Теперь Линсон одиноко восседал на запылённой крыше давно покинутого дома, а вокруг него, опускаясь вниз по склону, простирались руины вымершего города. Бесцветные, посеревшие дома, в одном провалилась крыша, у другого раскрошилась от времени стена. Вроде бы, природе полагается вступить в свои права, но внизу ни деревца, ни травинки.
И башен-близнецов больше нет. Одна ещё стоит, возвышается над обломками соседа, переломившегося ровно посередине и лежащего сейчас грудой обломков на храмовой площади. Интересно, чья же башня уцелела — Мекарта или Лисофии? Божья пара всегда так и называлась, и никто никогда не задумывался, кто из них стоял слева, а кто справа.
Вокруг города картина не лучше. Вместо густых рощ — чернота усохших стволов, вместо полей — голая серая пустошь. Сходи до озера, что на западе, глянь через линзу — и увидишь пустую впадину без единой капли влаги.
Единственное, что не претерпело изменений, так это Турта. Всё так же стоит на горизонте, разве что теперь куда лучше вписывается в окружающий пейзаж.
Вот такое оно, наше будущее. Надейтесь сколько угодно, что дальше столицы проклятие не пойдёт, но правда — вот она, в этом стёклышке на шестерёнках. Всё уже предрешено, и заранее известно, как будут выглядеть все ваши города, поля и леса, когда зараза доползёт до них.
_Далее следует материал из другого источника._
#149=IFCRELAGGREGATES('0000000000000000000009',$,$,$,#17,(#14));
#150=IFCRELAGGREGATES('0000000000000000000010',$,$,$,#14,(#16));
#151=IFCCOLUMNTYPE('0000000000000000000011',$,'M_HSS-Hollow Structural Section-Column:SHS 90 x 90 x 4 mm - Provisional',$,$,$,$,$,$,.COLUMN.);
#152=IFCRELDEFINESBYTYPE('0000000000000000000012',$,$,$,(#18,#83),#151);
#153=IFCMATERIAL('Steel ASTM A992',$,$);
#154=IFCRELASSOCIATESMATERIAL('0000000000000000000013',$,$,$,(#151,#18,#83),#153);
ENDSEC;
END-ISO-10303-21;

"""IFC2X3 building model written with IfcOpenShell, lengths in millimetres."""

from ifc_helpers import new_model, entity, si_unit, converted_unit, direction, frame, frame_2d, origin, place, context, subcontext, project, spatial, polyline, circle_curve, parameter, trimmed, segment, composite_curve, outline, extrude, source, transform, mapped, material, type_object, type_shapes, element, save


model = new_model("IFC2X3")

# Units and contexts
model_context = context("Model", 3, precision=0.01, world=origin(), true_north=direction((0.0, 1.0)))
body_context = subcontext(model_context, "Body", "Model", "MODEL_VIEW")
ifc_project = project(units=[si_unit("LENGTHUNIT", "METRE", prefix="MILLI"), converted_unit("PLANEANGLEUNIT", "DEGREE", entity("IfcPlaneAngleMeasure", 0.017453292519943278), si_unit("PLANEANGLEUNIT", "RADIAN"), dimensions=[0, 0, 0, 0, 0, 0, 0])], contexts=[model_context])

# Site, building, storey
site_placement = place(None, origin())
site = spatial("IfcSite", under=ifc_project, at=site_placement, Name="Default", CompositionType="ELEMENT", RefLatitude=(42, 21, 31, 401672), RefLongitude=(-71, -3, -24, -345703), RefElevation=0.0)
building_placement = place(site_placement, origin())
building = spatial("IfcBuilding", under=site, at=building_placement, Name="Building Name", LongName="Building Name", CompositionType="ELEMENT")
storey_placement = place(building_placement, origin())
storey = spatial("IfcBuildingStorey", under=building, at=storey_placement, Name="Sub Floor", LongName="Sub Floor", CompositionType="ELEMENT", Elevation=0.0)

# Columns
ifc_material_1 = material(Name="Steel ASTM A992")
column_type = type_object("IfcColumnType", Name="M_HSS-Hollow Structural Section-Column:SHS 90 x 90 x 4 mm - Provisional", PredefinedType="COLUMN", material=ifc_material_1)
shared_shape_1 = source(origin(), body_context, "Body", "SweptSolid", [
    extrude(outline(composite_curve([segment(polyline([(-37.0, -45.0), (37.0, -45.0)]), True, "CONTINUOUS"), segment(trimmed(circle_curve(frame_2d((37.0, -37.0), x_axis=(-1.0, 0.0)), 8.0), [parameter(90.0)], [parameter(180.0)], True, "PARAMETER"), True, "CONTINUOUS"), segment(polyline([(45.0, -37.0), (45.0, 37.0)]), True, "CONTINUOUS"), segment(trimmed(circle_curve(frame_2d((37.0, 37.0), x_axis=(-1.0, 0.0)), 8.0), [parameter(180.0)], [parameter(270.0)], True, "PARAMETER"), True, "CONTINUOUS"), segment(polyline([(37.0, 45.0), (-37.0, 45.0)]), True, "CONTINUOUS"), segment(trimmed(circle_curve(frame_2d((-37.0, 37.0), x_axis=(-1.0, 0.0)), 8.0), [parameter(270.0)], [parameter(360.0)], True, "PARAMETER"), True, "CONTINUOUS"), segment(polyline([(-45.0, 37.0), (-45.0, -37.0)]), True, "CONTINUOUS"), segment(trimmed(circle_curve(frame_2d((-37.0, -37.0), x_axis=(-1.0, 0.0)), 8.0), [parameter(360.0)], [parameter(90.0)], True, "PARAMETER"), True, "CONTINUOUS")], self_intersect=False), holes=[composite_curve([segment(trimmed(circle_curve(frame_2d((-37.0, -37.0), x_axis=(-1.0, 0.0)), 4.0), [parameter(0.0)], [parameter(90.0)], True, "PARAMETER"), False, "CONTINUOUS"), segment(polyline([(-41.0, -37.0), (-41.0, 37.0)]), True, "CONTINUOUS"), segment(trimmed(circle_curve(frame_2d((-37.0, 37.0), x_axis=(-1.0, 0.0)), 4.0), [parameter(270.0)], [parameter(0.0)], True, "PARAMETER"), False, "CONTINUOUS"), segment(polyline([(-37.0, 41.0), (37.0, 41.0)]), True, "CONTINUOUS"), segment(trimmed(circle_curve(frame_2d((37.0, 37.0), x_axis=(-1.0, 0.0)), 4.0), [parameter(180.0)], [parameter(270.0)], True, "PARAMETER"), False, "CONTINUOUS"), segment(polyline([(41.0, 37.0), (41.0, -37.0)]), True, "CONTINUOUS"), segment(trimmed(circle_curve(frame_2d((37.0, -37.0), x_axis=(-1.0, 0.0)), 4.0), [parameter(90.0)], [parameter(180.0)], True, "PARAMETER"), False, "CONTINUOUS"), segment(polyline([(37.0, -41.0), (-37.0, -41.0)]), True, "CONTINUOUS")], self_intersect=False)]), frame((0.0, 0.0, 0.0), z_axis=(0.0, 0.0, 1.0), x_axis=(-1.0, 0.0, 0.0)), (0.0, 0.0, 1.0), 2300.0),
А значит, живи, пока можешь, и не надейся на божью помощь. Вон они, боги. Один уже обвалился, да и второй скоро рассыплется рядом с ним, и наша почитаемая божья пара вновь объединится.
К счастью, у Линсона имелся план, как утяжелить свой кошелёк и, если не спастись от проклятия, то хотя бы укатить от него как можно дальше, хоть на край света. А уж там видно будет, сколько нажитого богатства он успеет спустить, прежде чем этот грешный мир встретит свой конец.
Закрытый волшебной линзой глаз осматривал мрачную панораму, пальцы медленно крутили широкую шестерню вокруг стекла, приближая и отдаляя изображение. Без своих волшебных свойств Окуляр мог бы стать неплохой заменой биноклю, но если и был способ переключить фокус на реальный мир, Линсон так и не отыскал нужного рычажка.
Если долго сидеть с Окуляром на лице, то начинало казаться, будто артефакт тянет тебя прочь из этого мира, пытается утащить за собой в царство вечной смерти. Нечто схожее Линсон испытывал по утрам, просыпаясь словно в иной реальности. Чувство было слабым, не более чем мелким наваждением, и прогонялось простым усилием воли, но проводник понимал, что долгая игра с огнём может плохо для него закончиться.
Ещё одна вылазка. Может, две. И больше здесь оставаться нельзя.
Щёлкнули шестерни, линза вернулась на лоб, спрятавшись в недрах механизма, и мир вновь наполнился красками. Крутились флюгеры на ветру, трепыхались простыни на верёвках, меж домов мелькали людские силуэты.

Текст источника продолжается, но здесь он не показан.